A Look Back At Wenger’s Turbulent Emirates Exit

 

Image source: Pixabay.com

Friday the 20th of April 2018 will always be remembered in the history of Arsenal Football Club. The news was awash with Wenger’s decision to leave and any Premier League review for Matchday 35 had the Frenchman’s departure at the forefront of discussion as the world stopped to try to make sense of the bombshell.

Arsenal’s longest serving manager Arsene Wenger called time on his tenure at the club after a career that spanned 22 years and included three Premier League titles as well as seven FA Cups. Departing a club after having enjoyed a career like that would normally mean the club’s set of supporters were plunged into depression, with the future uncertain.

Strangely enough, the only possible mourning coming out of North London appears to be from Spurs fans as they have often sung about how much they want Wenger to stay – a humorous dig at the fact Spurs are now finishing above Arsenal. The truth is that there seemed to be less and less support for Wenger to stay at Arsenal with the majority of the fanbase having turned against the Frenchman.

Did Wenger overstay his welcome?

A large part of the Emirates faithful feels that Wenger should have retired a few seasons ago and that he stayed well past his sell-by date. Given the very nature that fans are aspirational, it’s easy to see why there was such vociferous support for Wenger to leave. In the eyes of the Arsenal fans, they should be winning the league more, with their last success coming in the 2003/2004 season.

As an outsider looking in, the rational to push Wenger out the club seems less logical and, in some instances, can only be perceived as an unjustified sense of entitlement. Three out of the last four FA Cups have been won by Arsenal and they have qualified for the Champions League for 19 consecutive years under Wenger. Finishing fifth and a point behind Liverpool in the 2016/2017 was the first time Wenger failed to qualify for Europe’s showpiece event. Liverpool now take on Roma in the semifinals, which has heightened the fans’ frustration at missing out on the Champions League amid more questions of what could have been.

The 2017/2018 season has been Wenger’s undoing, with the Gunners’ league campaign being the worst -under him since he took over in 1996. Languishing in sixth and 11 points behind fourth-placed Spurs with only a handful of games left of the season means hopes of Champions League football via a top-four finish are all but gone. It’s amazing to think any European soccer preview before 2016 would have had Arsenal as favourites for domestic success. How quickly times can change but a flicker of hope still remains for Wenger and Arsenal this season.

Remarkably, Wenger can still have Arsenal qualify for the Champions League by winning the Europa League. Betway have the Gunners at 3/1 to win the event as of the 25th of April 2018. Should Wenger pull that off, it would mean he has given the Arsenal fans 20 years of Champions League football over his 22 years in charge.
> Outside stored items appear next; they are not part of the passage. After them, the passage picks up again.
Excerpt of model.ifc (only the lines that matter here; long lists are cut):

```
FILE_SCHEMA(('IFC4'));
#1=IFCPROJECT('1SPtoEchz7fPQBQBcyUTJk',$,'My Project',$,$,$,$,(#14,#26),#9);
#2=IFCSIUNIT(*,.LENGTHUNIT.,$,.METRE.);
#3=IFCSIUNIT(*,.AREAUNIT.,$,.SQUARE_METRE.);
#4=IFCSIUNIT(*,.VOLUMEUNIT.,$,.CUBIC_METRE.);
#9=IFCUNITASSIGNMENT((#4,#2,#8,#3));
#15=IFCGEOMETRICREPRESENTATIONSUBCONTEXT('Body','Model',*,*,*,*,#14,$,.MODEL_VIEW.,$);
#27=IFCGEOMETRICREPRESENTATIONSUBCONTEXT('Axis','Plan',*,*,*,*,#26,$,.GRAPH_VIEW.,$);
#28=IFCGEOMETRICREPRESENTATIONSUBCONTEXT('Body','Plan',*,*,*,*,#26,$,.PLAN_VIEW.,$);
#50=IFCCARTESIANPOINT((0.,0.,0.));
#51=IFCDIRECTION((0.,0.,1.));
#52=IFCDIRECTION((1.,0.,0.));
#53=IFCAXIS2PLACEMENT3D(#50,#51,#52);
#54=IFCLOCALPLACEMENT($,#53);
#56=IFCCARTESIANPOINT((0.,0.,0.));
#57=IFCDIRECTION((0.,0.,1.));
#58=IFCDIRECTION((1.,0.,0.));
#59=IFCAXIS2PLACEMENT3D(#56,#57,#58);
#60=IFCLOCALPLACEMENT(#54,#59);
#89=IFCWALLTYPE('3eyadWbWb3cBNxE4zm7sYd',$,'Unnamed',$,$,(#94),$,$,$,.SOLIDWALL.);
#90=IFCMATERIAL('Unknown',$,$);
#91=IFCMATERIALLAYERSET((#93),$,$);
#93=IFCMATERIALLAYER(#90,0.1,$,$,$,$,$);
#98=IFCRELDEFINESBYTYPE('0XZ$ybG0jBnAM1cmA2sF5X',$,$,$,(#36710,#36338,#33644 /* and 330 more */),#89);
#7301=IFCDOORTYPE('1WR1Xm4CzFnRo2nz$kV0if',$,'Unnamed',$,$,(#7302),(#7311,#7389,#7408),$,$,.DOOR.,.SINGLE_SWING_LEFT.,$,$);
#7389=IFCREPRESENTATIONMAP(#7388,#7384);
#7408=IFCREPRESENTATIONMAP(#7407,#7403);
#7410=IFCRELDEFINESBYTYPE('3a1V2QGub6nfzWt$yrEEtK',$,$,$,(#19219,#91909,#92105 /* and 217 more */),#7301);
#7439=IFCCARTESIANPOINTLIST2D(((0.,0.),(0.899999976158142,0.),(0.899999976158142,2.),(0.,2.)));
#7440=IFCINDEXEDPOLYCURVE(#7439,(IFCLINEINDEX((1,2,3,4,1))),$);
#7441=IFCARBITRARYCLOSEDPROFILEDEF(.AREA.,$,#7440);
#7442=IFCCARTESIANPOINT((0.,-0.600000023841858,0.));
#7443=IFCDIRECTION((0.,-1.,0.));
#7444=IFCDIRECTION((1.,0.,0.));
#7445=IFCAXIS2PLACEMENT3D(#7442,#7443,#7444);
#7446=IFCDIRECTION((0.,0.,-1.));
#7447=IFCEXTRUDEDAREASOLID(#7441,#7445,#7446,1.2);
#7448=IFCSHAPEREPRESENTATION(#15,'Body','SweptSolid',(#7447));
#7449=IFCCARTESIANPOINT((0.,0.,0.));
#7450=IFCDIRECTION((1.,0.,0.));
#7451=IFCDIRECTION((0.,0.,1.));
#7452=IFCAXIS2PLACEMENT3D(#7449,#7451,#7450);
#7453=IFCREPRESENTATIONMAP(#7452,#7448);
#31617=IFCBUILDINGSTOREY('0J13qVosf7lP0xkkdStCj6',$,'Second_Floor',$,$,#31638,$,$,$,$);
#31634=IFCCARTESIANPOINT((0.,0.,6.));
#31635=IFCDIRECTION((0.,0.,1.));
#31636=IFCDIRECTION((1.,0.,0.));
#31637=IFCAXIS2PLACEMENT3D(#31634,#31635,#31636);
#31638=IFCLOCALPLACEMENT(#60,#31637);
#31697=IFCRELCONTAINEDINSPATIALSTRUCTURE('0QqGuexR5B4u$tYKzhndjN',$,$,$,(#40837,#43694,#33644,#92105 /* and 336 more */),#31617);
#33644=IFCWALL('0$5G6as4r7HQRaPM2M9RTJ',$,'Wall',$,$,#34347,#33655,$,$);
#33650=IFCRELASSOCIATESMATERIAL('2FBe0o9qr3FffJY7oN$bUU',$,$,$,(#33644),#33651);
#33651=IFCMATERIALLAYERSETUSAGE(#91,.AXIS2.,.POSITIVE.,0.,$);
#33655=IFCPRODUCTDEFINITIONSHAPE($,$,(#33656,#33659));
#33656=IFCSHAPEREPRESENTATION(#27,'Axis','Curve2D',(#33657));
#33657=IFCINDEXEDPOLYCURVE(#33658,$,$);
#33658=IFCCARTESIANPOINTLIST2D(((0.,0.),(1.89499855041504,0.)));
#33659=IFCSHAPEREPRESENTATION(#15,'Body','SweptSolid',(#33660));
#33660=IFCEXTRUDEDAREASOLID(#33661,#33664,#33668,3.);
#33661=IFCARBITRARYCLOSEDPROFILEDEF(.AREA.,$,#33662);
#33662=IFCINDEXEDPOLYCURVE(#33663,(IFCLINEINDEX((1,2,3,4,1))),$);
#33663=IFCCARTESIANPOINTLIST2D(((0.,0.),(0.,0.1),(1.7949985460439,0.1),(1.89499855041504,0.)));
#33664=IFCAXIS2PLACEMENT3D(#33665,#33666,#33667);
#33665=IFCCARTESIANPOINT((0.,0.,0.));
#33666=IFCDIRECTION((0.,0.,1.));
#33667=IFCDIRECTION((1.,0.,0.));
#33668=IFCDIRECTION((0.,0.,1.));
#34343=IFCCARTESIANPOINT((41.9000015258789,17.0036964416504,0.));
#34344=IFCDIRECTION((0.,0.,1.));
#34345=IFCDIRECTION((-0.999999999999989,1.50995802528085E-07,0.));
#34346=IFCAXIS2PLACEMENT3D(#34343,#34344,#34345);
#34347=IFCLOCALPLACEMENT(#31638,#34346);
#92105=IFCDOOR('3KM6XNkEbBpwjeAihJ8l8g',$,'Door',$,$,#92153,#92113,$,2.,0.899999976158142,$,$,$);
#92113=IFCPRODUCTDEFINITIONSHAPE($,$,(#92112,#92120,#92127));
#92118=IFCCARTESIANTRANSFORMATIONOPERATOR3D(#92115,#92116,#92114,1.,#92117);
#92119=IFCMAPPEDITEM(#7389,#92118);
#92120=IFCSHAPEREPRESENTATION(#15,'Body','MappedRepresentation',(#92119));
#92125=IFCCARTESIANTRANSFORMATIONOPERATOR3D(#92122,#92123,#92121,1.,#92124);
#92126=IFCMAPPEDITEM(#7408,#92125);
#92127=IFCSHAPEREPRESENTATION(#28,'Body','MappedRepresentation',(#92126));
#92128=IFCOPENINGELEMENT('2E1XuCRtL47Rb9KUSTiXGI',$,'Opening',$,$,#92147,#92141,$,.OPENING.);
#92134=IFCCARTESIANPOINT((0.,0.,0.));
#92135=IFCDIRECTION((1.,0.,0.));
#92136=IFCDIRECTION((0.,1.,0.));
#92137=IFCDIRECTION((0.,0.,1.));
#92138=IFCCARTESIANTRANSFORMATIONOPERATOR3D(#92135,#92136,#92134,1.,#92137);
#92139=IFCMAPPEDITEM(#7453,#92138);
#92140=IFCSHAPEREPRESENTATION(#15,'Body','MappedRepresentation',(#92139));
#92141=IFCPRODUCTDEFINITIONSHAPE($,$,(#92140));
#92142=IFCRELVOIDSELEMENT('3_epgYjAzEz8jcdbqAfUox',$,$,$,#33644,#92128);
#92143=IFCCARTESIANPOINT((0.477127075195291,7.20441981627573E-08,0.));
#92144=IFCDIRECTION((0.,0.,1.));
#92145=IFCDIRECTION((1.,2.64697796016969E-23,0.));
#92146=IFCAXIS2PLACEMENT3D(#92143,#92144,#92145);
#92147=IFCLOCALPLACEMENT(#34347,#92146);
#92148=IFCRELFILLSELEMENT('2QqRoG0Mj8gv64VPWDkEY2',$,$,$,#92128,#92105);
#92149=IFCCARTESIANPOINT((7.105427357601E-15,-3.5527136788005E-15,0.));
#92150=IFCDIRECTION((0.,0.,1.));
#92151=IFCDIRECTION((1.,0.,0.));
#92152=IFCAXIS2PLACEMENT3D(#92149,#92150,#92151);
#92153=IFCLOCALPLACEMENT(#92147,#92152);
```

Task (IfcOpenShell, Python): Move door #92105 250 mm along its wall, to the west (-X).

```python
import ifcopenshell
import ifcopenshell.api.geometry
import ifcopenshell.util.placement

model = ifcopenshell.open("model.ifc")

door = model.by_guid("3KM6XNkEbBpwjeAihJ8l8g")
opening = door.FillsVoids[0].RelatingOpeningElement
wall = opening.VoidsElements[0].RelatingBuildingElement

wall_matrix = ifcopenshell.util.placement.get_local_placement(wall.ObjectPlacement)
shift = wall_matrix[:3, 0] * 0.25
before = ifcopenshell.util.placement.get_local_placement(door.ObjectPlacement)[:3, 3].copy()

# The door is placed relative to its opening, so it follows when the opening moves.
matrix = ifcopenshell.util.placement.get_local_placement(opening.ObjectPlacement)
matrix[:3, 3] += shift
ifcopenshell.api.geometry.edit_object_placement(
    model, product=opening, matrix=matrix, is_si=False, should_transform_children=True
)

after = ifcopenshell.util.placement.get_local_placement(door.ObjectPlacement)[:3, 3]
print("door moved by", (after - before).round(3) + 0.0)

model.write("model_edited.ifc")
```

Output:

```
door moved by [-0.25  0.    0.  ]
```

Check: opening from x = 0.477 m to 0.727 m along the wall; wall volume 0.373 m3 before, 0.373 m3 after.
Is this a man that should be pushed out the door? It’s easy to see why Arsenal chief executive Ivan Gazidis says Wenger is irreplaceable. When Wenger announced he would be leaving, he had been at Arsenal for 7,937 days, overseen 1192 matches and been responsible for 690 wins, 260 draws and 242 losses.

The definition of insanity

Doing the same thing over and over again and expecting different results is what one would find when looking up what the definition of insanity is. On paper, it would seem like the Arsenal fans were getting ahead of themselves by demanding more success than Wenger was giving them but, if you had watched Arsenal over the last few years, you were consistently left wondering how such a big club could fail to address such chronic defensive problems.

Wenger’s Achilles heel was his inability to tighten things up at the back. In 34 Premier League games this season, Arsenal have conceded 46 goals, which is 21 more than champions City and 14 more than seventh-placed Burnley, who have conceded 32.

Spending £56m on striker Aubameyang and not shoring up a defence that leaked goals was a further indication that Wenger had no intention of changing his transfer policy or philosophy anytime soon. The fans may have stuck by him had he bought a no-nonsense defensive midfielder in the Viera mould or a few centre-backs from the Tony Adams school of defending. After being the man to have revolutionized English football, Wenger had stopped moving with the times and, because of that, Arsenal had fallen behind.

 

Better the devil you know?

The “Wenger out” brigade and boo boys, which, according to the owner of Arsenal Fan TV Robbie Lyle, now consists of 90% of the fanbase he interviews, have finally got their wish. Arsene Wenger will walk away from the club after the 2017/2018 season and the world will finally get to see in the seasons to come how good or bad a job Wenger was doing.

Whoever takes the reins at Arsenal will be tasked with making sure the Gunners keep on playing attractive football but no longer leak goals. Is it possible to have both? The Arsenal fans think so and will demand it be done.

The Premier League will lose a gentleman and one of the game’s finest tacticians when Wenger goes. The Frenchman has so many admirable and upstanding qualities that have seen him through the tough times when he has been the subject of some appalling abuse. It’s au revoir Arsene and time to see if the fans’ vision of success is a sustainable one.